WorldCom – market cap of US$175 billion to zero
WorldCom was a telecom giant headed by Bernard “Bernie” Ebbers, a flamboyant Canadian famous for his cowboy boots and a ten-gallon hat. Under his charge, the company overstated profits by billions of dollars by recording expenses as capital assets. The total value of the fraud was US$11 billion.
When the fraud was discovered, Bernie Ebbers who was a former milkman with no accounting knowledge said that the company’s CFO had masterminded it. WorldCom’s auditor was the hapless Arthur Andersen, the accounting firm that had recently been convicted for shredding Enron’s documents.
WorldCom’s shareholders lost a massive US$175 billion. Bankers Citigroup, Bank of America, and J.P. Morgan settled lawsuits with creditors by paying out US$6 billion.
Bernie Ebbers was sentenced to a jail term of 25 years and Scott Sullivan, the CFO of the company, who testified against Ebbers, received five years.
You are never safe
A corrupt CEO, a compliant CFO, and an auditor who is willing to turn a blind eye to the company’s fraudulent practices can be a disastrous combination for investors. It’s likely that history will repeat itself and new frauds will continue to surface, wiping out large sums of investors’ money.

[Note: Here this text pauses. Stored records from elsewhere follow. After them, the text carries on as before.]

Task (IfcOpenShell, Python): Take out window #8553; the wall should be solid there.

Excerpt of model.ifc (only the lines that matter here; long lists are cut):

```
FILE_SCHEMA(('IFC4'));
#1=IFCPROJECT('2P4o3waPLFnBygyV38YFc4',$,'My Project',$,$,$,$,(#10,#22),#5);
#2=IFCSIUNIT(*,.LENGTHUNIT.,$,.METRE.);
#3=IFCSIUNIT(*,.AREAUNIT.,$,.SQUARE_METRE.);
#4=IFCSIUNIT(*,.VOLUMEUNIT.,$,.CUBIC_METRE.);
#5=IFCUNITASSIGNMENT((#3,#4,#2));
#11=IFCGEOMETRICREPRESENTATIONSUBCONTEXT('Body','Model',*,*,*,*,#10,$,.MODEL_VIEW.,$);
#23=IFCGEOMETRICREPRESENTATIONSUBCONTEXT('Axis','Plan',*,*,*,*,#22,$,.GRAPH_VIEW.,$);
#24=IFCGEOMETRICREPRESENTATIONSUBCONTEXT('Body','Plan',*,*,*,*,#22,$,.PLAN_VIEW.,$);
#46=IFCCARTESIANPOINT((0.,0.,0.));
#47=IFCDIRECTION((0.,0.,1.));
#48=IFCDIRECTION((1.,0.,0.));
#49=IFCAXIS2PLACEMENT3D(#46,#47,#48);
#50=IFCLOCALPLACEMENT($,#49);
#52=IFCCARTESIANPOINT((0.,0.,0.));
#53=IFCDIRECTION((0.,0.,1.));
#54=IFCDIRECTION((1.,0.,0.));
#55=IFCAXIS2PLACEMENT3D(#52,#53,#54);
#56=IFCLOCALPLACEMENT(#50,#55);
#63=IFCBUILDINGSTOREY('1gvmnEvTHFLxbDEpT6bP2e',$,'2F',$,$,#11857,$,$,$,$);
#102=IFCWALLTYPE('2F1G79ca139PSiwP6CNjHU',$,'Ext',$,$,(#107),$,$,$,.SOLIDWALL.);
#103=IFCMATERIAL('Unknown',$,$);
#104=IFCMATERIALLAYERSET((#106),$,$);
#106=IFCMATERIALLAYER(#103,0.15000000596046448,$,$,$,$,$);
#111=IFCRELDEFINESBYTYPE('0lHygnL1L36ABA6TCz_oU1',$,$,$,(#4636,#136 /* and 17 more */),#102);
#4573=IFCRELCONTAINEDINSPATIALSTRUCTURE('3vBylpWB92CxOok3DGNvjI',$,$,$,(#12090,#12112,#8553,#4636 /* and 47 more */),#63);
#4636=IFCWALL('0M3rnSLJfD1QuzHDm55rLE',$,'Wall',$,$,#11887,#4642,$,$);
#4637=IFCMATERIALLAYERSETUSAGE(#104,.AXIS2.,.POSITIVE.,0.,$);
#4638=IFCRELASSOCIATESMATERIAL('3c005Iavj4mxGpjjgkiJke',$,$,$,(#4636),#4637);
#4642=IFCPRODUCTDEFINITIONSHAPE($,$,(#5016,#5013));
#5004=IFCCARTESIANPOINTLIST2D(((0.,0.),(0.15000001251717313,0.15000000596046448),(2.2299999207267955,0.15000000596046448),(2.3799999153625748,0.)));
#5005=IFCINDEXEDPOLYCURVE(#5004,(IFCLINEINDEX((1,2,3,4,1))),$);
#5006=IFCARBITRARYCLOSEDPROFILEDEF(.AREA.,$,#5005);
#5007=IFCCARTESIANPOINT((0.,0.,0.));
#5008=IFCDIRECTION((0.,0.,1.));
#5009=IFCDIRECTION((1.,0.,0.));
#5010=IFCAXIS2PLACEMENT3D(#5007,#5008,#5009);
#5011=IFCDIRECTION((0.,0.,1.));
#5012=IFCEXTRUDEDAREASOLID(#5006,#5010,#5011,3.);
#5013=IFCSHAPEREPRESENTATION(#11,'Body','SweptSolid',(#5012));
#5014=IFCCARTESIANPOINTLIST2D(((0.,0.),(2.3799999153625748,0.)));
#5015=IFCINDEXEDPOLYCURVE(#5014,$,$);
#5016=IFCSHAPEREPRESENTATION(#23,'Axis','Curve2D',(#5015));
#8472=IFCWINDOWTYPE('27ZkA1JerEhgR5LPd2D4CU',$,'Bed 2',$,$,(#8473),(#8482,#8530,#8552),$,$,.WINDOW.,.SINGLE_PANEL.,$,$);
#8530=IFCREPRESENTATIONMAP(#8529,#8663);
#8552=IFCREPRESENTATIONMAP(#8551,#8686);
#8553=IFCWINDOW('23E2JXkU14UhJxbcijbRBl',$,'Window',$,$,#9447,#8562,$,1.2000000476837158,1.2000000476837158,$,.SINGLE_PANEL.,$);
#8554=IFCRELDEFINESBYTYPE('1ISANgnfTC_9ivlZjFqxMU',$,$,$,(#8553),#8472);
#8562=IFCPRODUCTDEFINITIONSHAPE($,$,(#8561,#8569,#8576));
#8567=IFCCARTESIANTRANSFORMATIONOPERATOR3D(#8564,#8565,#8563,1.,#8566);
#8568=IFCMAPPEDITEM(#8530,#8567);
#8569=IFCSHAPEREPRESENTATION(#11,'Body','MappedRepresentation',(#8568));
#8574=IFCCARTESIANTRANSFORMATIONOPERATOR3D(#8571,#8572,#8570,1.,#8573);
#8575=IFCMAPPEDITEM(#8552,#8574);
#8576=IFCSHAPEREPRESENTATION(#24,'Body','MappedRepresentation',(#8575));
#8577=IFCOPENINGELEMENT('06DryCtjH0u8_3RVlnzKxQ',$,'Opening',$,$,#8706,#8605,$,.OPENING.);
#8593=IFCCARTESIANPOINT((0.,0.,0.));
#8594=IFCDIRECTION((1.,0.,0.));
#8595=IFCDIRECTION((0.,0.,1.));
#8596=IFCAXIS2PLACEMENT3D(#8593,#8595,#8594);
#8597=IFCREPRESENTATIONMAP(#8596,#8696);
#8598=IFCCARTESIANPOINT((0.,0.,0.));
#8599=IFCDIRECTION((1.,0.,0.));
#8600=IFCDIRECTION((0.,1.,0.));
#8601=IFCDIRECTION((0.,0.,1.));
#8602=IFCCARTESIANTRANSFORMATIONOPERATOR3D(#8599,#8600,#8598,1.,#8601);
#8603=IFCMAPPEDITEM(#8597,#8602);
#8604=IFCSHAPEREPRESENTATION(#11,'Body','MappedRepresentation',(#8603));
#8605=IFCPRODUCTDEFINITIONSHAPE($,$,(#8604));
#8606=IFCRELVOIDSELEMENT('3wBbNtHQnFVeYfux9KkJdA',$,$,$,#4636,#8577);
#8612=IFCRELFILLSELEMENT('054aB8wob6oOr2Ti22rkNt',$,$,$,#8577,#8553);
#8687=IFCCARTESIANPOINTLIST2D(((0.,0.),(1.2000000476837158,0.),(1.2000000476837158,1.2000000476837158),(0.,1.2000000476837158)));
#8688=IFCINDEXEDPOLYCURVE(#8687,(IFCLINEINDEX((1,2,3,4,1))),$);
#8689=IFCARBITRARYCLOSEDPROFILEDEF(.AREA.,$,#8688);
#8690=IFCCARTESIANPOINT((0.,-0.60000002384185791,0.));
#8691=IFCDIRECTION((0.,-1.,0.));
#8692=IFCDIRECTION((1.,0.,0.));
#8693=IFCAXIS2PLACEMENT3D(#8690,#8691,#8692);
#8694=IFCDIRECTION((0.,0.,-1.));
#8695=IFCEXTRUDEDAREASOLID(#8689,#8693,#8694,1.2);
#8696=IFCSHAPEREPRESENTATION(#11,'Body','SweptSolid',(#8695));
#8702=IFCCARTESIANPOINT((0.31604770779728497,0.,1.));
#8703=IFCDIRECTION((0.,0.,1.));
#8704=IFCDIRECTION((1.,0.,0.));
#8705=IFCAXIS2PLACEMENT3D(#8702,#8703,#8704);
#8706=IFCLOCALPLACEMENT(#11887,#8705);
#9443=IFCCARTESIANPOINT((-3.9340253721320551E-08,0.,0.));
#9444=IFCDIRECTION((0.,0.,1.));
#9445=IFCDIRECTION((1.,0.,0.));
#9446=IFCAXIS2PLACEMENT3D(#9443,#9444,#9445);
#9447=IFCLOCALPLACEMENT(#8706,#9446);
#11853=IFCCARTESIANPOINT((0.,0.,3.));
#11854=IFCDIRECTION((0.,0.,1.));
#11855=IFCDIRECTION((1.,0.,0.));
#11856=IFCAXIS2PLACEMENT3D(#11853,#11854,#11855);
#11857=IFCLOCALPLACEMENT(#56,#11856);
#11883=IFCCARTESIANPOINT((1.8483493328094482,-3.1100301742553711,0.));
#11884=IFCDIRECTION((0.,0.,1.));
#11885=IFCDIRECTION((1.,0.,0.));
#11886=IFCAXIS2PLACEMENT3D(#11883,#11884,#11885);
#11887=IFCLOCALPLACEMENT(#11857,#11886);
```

```python
import ifcopenshell
import ifcopenshell.api.feature
import ifcopenshell.api.root
import ifcopenshell.geom
import ifcopenshell.util.shape

model = ifcopenshell.open("model.ifc")
settings = ifcopenshell.geom.settings()


def volume(element):
    """Net volume in cubic metres, openings subtracted."""
    shape = ifcopenshell.geom.create_shape(settings, element)
    return ifcopenshell.util.shape.get_volume(shape.geometry)


window = model.by_guid("23E2JXkU14UhJxbcijbRBl")
opening = window.FillsVoids[0].RelatingOpeningElement
wall = opening.VoidsElements[0].RelatingBuildingElement
before = volume(wall)

ifcopenshell.api.root.remove_product(model, product=window)
ifcopenshell.api.feature.remove_feature(model, feature=opening)

after = volume(wall)

print(f"wall volume {before:.3f} -> {after:.3f} m3")

model.write("model_v2.ifc")
```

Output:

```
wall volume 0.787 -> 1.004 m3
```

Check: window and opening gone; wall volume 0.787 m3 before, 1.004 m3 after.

How can you avoid investing in a company that has cooked its books of accounts? That’s extremely difficult. If the fraud has got past the regulators and the experts in the asset management companies, what chance do you have of spotting it?
But there is one precaution that you can take. If the financial performance of a company seems too good to be true, it probably is. Bernie Madoff, the Wall Street financial adviser and stockbroker, provided consistent returns of between 12% and 13% year after year to investors, regardless of the performance of the stock market.
By the time the Ponzi scheme that he ran was discovered, thousands of investors had been cheated. The total losses added up to about US$50 billion.